One notable place where Deezer has yet to go, and which might pose a big bite to its cost base, is the U.S. A plan for the U.S. market is one thing that might well get announced tomorrow; it’s a market that Dauchez definitely likes to talk about.
He believes, for example, that the U.S. is still in “virgin territory” when it comes to music streaming services, and that Spotify is far from winning the whole of the market. “The dominant player in terms of time and money spent on digital music is iTunes,” he says. “Nothing has been done yet for music streaming.
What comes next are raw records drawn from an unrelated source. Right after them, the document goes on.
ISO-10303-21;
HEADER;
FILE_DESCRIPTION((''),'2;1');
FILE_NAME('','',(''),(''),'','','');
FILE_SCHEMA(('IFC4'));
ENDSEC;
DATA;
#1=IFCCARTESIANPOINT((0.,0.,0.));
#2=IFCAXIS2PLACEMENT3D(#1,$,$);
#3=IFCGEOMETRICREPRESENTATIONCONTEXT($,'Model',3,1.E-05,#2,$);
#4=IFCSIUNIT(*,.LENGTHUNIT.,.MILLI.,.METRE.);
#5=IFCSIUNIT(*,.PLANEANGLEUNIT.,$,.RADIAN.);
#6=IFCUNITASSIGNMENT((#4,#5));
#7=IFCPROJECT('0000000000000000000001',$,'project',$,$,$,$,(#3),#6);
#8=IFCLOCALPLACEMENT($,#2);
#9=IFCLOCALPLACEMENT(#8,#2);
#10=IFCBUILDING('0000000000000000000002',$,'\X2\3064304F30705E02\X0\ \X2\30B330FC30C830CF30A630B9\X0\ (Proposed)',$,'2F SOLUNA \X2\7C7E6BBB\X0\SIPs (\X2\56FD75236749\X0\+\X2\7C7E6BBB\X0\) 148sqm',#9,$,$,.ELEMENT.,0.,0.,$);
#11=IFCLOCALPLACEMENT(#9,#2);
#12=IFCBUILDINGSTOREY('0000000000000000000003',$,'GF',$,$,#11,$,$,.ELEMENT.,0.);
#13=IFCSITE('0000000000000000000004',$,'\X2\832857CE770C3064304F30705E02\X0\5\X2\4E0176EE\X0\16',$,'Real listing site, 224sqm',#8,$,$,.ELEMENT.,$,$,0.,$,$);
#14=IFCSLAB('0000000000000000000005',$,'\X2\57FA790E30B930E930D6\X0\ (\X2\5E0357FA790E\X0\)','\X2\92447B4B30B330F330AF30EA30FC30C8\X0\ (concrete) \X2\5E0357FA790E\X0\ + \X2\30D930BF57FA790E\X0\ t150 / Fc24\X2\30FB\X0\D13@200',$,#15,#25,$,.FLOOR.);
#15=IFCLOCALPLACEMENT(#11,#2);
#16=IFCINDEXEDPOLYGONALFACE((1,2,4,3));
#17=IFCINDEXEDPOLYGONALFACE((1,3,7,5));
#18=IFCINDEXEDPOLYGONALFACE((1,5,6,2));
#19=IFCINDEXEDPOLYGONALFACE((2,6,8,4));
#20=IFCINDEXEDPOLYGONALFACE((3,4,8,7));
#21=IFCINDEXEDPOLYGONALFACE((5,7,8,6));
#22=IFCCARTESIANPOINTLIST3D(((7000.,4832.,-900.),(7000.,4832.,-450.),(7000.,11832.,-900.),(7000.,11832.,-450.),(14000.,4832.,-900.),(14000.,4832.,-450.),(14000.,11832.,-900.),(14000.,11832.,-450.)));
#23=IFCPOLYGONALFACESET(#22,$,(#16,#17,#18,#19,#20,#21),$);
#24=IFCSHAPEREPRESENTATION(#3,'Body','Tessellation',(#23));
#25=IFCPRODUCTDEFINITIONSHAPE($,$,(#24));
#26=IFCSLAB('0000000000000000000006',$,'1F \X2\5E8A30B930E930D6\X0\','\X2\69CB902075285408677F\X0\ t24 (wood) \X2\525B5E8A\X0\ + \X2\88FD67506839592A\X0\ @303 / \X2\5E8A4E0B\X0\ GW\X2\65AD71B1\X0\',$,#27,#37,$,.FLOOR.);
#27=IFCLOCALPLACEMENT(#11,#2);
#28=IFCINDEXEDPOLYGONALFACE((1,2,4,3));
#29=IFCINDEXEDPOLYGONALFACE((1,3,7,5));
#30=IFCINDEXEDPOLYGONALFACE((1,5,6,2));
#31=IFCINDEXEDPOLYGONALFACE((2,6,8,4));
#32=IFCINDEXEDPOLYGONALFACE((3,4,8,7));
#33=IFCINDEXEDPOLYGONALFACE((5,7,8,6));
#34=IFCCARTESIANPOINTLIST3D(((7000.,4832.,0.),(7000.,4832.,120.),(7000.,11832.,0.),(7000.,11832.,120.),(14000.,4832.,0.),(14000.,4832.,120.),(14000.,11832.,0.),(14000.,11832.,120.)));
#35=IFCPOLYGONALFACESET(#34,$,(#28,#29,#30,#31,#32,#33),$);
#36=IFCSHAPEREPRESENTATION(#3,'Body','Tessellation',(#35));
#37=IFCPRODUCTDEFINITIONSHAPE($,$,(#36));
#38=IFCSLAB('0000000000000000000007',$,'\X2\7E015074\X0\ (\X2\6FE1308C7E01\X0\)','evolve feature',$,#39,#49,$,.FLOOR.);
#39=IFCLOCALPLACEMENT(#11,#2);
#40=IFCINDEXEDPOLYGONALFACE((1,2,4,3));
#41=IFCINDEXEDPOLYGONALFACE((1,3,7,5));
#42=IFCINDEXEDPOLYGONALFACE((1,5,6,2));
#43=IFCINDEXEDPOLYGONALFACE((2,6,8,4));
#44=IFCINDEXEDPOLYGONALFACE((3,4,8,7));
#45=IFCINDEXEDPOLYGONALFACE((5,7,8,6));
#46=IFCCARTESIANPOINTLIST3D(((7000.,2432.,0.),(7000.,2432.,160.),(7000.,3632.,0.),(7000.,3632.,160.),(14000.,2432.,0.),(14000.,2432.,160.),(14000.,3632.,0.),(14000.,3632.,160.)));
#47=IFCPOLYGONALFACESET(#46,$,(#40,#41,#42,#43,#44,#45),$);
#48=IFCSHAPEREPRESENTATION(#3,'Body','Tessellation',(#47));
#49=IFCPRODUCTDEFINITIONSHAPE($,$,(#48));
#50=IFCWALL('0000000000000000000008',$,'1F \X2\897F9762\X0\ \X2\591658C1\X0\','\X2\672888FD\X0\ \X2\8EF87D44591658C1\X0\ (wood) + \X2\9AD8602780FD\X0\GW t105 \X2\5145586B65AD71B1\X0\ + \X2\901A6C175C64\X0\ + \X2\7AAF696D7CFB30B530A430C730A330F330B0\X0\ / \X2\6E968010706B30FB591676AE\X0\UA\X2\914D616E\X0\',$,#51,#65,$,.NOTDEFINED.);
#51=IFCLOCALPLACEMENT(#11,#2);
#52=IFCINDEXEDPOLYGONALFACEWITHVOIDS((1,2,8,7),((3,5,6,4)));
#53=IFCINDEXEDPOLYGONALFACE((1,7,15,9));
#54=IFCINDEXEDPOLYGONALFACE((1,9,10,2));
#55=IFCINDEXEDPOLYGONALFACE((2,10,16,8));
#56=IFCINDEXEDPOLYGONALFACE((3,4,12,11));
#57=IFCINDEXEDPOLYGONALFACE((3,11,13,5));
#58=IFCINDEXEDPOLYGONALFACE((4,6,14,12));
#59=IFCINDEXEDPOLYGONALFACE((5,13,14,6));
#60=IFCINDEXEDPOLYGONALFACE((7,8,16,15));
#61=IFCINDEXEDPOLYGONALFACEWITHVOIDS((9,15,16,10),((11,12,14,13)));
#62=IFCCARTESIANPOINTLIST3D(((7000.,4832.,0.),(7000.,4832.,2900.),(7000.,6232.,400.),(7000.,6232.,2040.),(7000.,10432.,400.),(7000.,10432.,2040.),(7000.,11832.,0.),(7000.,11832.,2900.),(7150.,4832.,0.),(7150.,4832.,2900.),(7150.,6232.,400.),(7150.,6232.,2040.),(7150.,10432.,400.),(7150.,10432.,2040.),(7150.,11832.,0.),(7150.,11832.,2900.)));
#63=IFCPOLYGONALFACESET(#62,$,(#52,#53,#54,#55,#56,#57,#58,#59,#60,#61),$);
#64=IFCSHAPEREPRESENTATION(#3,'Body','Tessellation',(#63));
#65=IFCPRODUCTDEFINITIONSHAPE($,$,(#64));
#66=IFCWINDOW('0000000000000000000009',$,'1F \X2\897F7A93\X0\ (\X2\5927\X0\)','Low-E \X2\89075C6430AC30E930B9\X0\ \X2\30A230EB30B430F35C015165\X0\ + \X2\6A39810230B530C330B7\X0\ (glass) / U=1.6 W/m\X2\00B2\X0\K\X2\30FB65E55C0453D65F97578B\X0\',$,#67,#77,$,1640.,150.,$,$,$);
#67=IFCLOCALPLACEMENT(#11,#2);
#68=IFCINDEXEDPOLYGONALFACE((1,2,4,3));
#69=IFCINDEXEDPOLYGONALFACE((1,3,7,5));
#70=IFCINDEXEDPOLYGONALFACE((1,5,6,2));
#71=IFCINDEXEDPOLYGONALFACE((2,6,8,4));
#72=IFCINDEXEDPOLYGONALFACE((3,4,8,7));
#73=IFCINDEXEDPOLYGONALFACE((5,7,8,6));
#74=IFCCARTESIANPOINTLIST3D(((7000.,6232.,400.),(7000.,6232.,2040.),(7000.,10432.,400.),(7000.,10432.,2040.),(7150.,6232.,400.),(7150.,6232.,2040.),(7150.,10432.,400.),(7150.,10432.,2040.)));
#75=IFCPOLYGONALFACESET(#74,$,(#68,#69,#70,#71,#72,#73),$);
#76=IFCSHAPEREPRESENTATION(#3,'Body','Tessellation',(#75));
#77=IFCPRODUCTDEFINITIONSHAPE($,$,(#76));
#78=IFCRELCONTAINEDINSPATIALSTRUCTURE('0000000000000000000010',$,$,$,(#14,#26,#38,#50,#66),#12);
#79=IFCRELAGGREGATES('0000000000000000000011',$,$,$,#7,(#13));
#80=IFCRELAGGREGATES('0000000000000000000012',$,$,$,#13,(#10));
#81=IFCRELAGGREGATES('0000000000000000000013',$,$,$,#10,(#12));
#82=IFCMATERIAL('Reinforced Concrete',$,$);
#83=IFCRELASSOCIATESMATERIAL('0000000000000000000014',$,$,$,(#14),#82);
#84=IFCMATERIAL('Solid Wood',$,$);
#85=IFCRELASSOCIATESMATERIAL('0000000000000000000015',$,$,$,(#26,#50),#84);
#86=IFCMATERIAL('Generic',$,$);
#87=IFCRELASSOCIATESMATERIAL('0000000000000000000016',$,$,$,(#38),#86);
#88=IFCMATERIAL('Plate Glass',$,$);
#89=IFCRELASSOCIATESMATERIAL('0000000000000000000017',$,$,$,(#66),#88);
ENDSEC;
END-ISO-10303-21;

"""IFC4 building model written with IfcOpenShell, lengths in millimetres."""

from ifc_helpers import new_model, si_unit, frame, frame_2d, origin, place, context, project, spatial, rectangle, extrude, material, element, fill, save


model = new_model("IFC4")

# Units and contexts
model_context = context("Model", 3, precision=1e-05, world=origin())
ifc_project = project(units=[si_unit("LENGTHUNIT", "METRE", prefix="MILLI"), si_unit("PLANEANGLEUNIT", "RADIAN")], contexts=[model_context])

# Site, building, storey
site_placement = place(None, origin())
site = spatial("IfcSite", under=ifc_project, at=site_placement, Name="茨城県つくば市5丁目16", ObjectType="Real listing site, 224sqm", CompositionType="ELEMENT", RefElevation=0.0)
building_placement = place(site_placement, origin())
building = spatial("IfcBuilding", under=site, at=building_placement, Name="つくば市 コートハウス (Proposed)", ObjectType="2F SOLUNA 籾殻SIPs (国産杉+籾殻) 148sqm", CompositionType="ELEMENT", ElevationOfRefHeight=0.0, ElevationOfTerrain=0.0)
storey_placement = place(building_placement, origin())
storey = spatial("IfcBuildingStorey", under=building, at=storey_placement, Name="GF", CompositionType="ELEMENT", Elevation=0.0)

# Slabs
ifc_material_1 = material(Name="Reinforced Concrete")
slab_1_placement = place(storey_placement, frame((3500.0, 2416.0, -450.0)))
element("IfcSlab", 1, at=slab_1_placement, inside=storey, material=ifc_material_1, Name="基礎スラブ (布基礎)", Description="鉄筋コンクリート (concrete) 布基礎 + ベタ基礎 t150 / Fc24・D13@200", PredefinedType="FLOOR", context=model_context, shape_type="SweptSolid", body=[
    extrude(rectangle(XDim=7000.0, YDim=7000.0, at=frame_2d((3500.0, 3500.0))), frame((3500.0, 2416.0, -450.0)), (0.0, 0.0, 1.0), 450.0),
])
ifc_material_2 = material(Name="Solid Wood")
slab_2_placement = place(storey_placement, frame((3500.0, 2416.0, 0.0)))
element("IfcSlab", 2, at=slab_2_placement, inside=storey, material=ifc_material_2, Name="1F 床スラブ", Description="構造用合板 t24 (wood) 剛床 + 製材根太 @303 / 床下 GW断熱", PredefinedType="FLOOR", context=model_context, shape_type="SweptSolid", body=[
    extrude(rectangle(XDim=7000.0, YDim=7000.0, at=frame_2d((3500.0, 3500.0))), frame((3500.0, 2416.0, 0.0)), (0.0, 0.0, 1.0), 120.0),
])
ifc_material_3 = material(Name="Generic")
slab_3_placement = place(storey_placement, frame((3500.0, 1216.0, 0.0)))
element("IfcSlab", 3, at=slab_3_placement, inside=storey, material=ifc_material_3, Name="縁側 (濡れ縁)", Description="evolve feature", PredefinedType="FLOOR", context=model_context, shape_type="SweptSolid", body=[
    extrude(rectangle(XDim=7000.0, YDim=1200.0, at=frame_2d((3500.0, 600.0))), frame((3500.0, 1216.0, 0.0)), (0.0, 0.0, 1.0), 160.0),
])

# Shared definitions
ifc_material_4 = material(Name="Plate Glass")

# Wall, opening, window
wall_1_placement = place(storey_placement, frame((3500.0, 2416.0, 0.0)))
wall_1 = element("IfcWall", 4, at=wall_1_placement, inside=storey, material=ifc_material_2, Name="1F 西面 外壁", Description="木製 軸組外壁 (wood) + 高性能GW t105 充填断熱 + 通気層 + 窯業系サイディング / 準耐火・外皮UA配慮", PredefinedType="NOTDEFINED", context=model_context, shape_type="SweptSolid", body=[
    extrude(rectangle(XDim=150.0, YDim=7000.0, at=frame_2d((75.0, 3500.0))), frame((3500.0, 2416.0, 0.0)), (0.0, 0.0, 1.0), 2900.0),
])
opening_1_placement = place(storey_placement, frame((3500.0, 3116.0, 200.0)))
opening_1 = element("IfcOpeningElement", 5, at=opening_1_placement, cuts=wall_1, PredefinedType="NOTDEFINED", context=model_context, shape_type="SweptSolid", body=[
    extrude(rectangle(XDim=150.0, YDim=4200.0, at=frame_2d((75.0, 2100.0))), frame((3500.0, 3116.0, 200.0)), (0.0, 0.0, 1.0), 1640.0),
])
window_1_placement = place(storey_placement, frame((3500.0, 3116.0, 200.0)))
window_1 = element("IfcWindow", 6, at=window_1_placement, inside=storey, material=ifc_material_4, Name="1F 西窓 (大)", Description="Low-E 複層ガラス アルゴン封入 + 樹脂サッシ (glass) / U=1.6 W/m²K・日射取得型", OverallHeight=1640.0, OverallWidth=150.0, context=model_context, shape_type="SweptSolid", body=[
    extrude(rectangle(XDim=150.0, YDim=4200.0, at=frame_2d((75.0, 2100.0))), frame((3500.0, 3116.0, 200.0)), (0.0, 0.0, 1.0), 1640.0),
])
fill(opening_1, window_1)

save(model, "model.ifc")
It has yet to be cracked.”
Deezer has up to now been built primarily on a freemium model: as with Spotify and the others, the belief is that the free service can be used as a springboard for some to become paying subscribers.
But the U.S., Dauchez hints, may see Deezer taking a different approach. “I’m not 100 percent sure we have to use a free service as a recruitment channel in the U.S.,” he says, noting that this can be a very unprofitable route to building revenues especially as a company scales up because of music royalty payments. This, he says, is not an “efficient” way to grow. “In some countries there is a difference between doing the most efficient thing and matching the competition.”
As a point of comparison, Spotify at the end of July reported 15 million active users with 4 million paying subscribers. A report from PrivCo last week disclosed figures that showed that while Spotify’s revenues continue to grow — revenues in FY 2011 were up 151% to $244 million — they are also seeing big losses — growing by 60% to -$59 million. PrivCo pinpoints royalty payments as one of the main reasons for the problems. “Every new dollar of revenue went directly to music companies as royalty payments, evidencing the fact that the more members Spotify adds, the more money the company loses,” CEO Sam Hamadeh writes. Spotify has not confirmed those figures.
With very little in the way of VC financing up to now, Deezer has been using other routes to building up its user base, and Dauchez says that this is what has given it its “strategic edge”.
In addition to a partnership with Facebook (much like the partnership that Spotify has leveraged so well), Deezer has been partnering with carriers to cross-sell its service. This plays on carriers’ ambition to sell more to users than simply voice and data, and gives Deezer a steady revenue stream through a licensing deal with the carrier that potentially can be leveraged into paid subscriptions.
“We know more than anybody how to maximise the value of music in that ecosystem,” Dauchez says. Deezer’s carrier partnerships have spanned 20 countries so far, including France Telecom’s Orange, which liked the idea so much that it took a stake in Deezer in the process of partnering back in 2010, although Orange has not reinvested this time around. Spotify has had a few operator partnerships as well — notably it recently signed up Deutsche Telekom in Germany to resell Spotify subscriptions.
Deezer’s carrier partnerships to date include Orange (France, United Kingdom Poland, Ivory Coast, Mauritius, Romania), Everything Everywhere (United Kingdom), T-Mobile (United Kingdom, the Netherlands, Austria), Belgacom (Belgium, Luxembourg), Telenor (Hungary, Montenegro, Thailand) and Millicom (Honduras).
Another area that Dauchez says has helped Deezer compete against other music streaming companies is that it has a good recommendation engine, which is specific to different countries.
“We believe that when someone pays 10 euros per month they deserve your vision about music,” he says. “I believe that people don’t know what they want to listen to; they need some curation.” The recommendation engine is getting another boost today, with Deezer joining Echo Nest’s Rosetta Stone platform. This is a data resolution service that gives a common platform to music applications and lets them interact more easily with each other. Others on Rosetta Stone include Spotify, Rdio, Twitter, Seatwave, and musiXmatch and others. Echo Nest also powers radio and discovery for Spotify.
[photo: LeWeb, Flickr]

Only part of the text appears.